I'm shivering everywhere by the time I get to my building at 4:45. The entrance door has been left slightly ajar, meaning the lock is frozen again. I walk in, and am immediately greeted by a thick curtain of water falling hard from the lobby ceiling. I run through the wet cold wall and up to 2F, banging on the locked door but getting no response. I sprint upstairs to my apartment for the passkey, dropping the over-the-counter barbiturates in my living room, then race back down to 2F. The tub is overflowing, the apartment a flooded mess. I turn off the spigot. I notice folded clean towels in a laundry basket and I instinctually grab them, trying to sop up the liquid from the carpet, obviously damaged beyond repair. Minutes later, a fist slams into my back, the force of the punch pushing me forward, and I swing around to see the tenants, Mr. and Mrs. Wolinski, screaming at me. They are in their coats and dressed nicely, apparently returning from some afternoon formal event. The wife snatches her towels from my hands, the husband keeps pointing at the carpet and the ceiling, and it dawns on me they have astonishingly deduced that the whole mess originated in the apartment above. After much effort I manage to bring the couple to their bathroom, the source of the disaster blatant now, yet they seem determined to place the blame elsewhere. Finally I leave, the heat of their incessant screeching rage against my back.

I knock on Lloyd's door, who will likely be in trouble with the management if they find out he left before five. I leave a note, then go to my apartment, flop down supine on my bed.

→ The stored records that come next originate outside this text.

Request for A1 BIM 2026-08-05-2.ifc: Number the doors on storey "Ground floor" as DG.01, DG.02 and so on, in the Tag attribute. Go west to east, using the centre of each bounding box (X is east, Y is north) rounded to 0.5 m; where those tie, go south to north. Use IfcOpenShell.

First a look at what the model holds.

```python
import ifcopenshell
import ifcopenshell.util.element
import ifcopenshell.util.placement

model = ifcopenshell.open("A1 BIM 2026-08-05-2.ifc")
print(model.schema)
storey = next(s for s in model.by_type("IfcBuildingStorey") if s.Name == "Ground floor")
doors = [e for e in ifcopenshell.util.element.get_decomposition(storey) if e.is_a("IfcDoor")]
for e in sorted(doors, key=lambda e: e.id()):
    origin = ifcopenshell.util.placement.get_local_placement(e.ObjectPlacement)[:3, 3]
    print(e.id(), e.Tag, e.Name, origin.round(2) + 0.0, sep=" | ")
```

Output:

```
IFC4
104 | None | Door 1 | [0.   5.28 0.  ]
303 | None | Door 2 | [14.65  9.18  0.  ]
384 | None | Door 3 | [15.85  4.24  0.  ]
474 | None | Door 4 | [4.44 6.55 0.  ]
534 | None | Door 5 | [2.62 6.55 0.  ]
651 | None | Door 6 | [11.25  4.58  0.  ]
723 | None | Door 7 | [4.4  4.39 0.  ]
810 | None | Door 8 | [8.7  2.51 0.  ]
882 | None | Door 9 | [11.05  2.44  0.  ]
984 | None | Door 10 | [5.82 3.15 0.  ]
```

```python
import ifcopenshell
import ifcopenshell.geom
import ifcopenshell.util.element
import ifcopenshell.util.shape

model = ifcopenshell.open("A1 BIM 2026-08-05-2.ifc")
settings = ifcopenshell.geom.settings()
settings.set("use-world-coords", True)


def centre(element):
    shape = ifcopenshell.geom.create_shape(settings, element)
    return ifcopenshell.util.shape.get_bbox_centroid(shape.geometry)


storey = next(s for s in model.by_type("IfcBuildingStorey") if s.Name == "Ground floor")
doors = [e for e in ifcopenshell.util.element.get_decomposition(storey) if e.is_a("IfcDoor")]

# Insertion points can sit at a corner or the storey origin, so sort by the geometry (in metres).
centres = {e: centre(e) for e in doors}
doors.sort(key=lambda e: (round(centres[e][0] / 0.5), centres[e][1]))

for i, e in enumerate(doors, start=1):
    number = f"DG.{i:02d}"
    e.Tag = number
    print(e.id(), number)

model.write("A1 BIM 2026-08-05-2_updated.ifc")
```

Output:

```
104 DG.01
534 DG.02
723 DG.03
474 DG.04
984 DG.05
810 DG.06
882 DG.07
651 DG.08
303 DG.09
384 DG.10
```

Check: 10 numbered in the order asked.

Why would I think my mother would reply after all these years? Her last words to me, her last tearful screams enunciating every syllable to be sure I understood:
You betrayed your brother! You betrayed your family!
Six weeks today since I sent off those letters, a fool to open up all those old wounds again. And April May June. I remember she had planned to spend Christmas with her family but
no
job would tolerate holiday time-off to continue into February, she would have returned weeks ago and received my note. Well, the lack of response from her is less surprising. She may very well have a boyfriend, I don't know anything about her. And given my tardiness in writing her, all she knows about me is that I apparently have some emotional complications, and who would want to start any kind of relationship knowing that?

I take down my plastic green pitcher. Generally I have bad luck with sleeping aids, my insomnia so powerful as even to defy narcotics. Success may require a hundred pills so this is the plan. The plan is to pour the contents of all three bottles into the pitcher and to swill it, one gulp. To drink too slowly might mean I'd fall asleep before I have taken enough to not wake and the goal is to
not wake.
I stir, the water turning chalk white.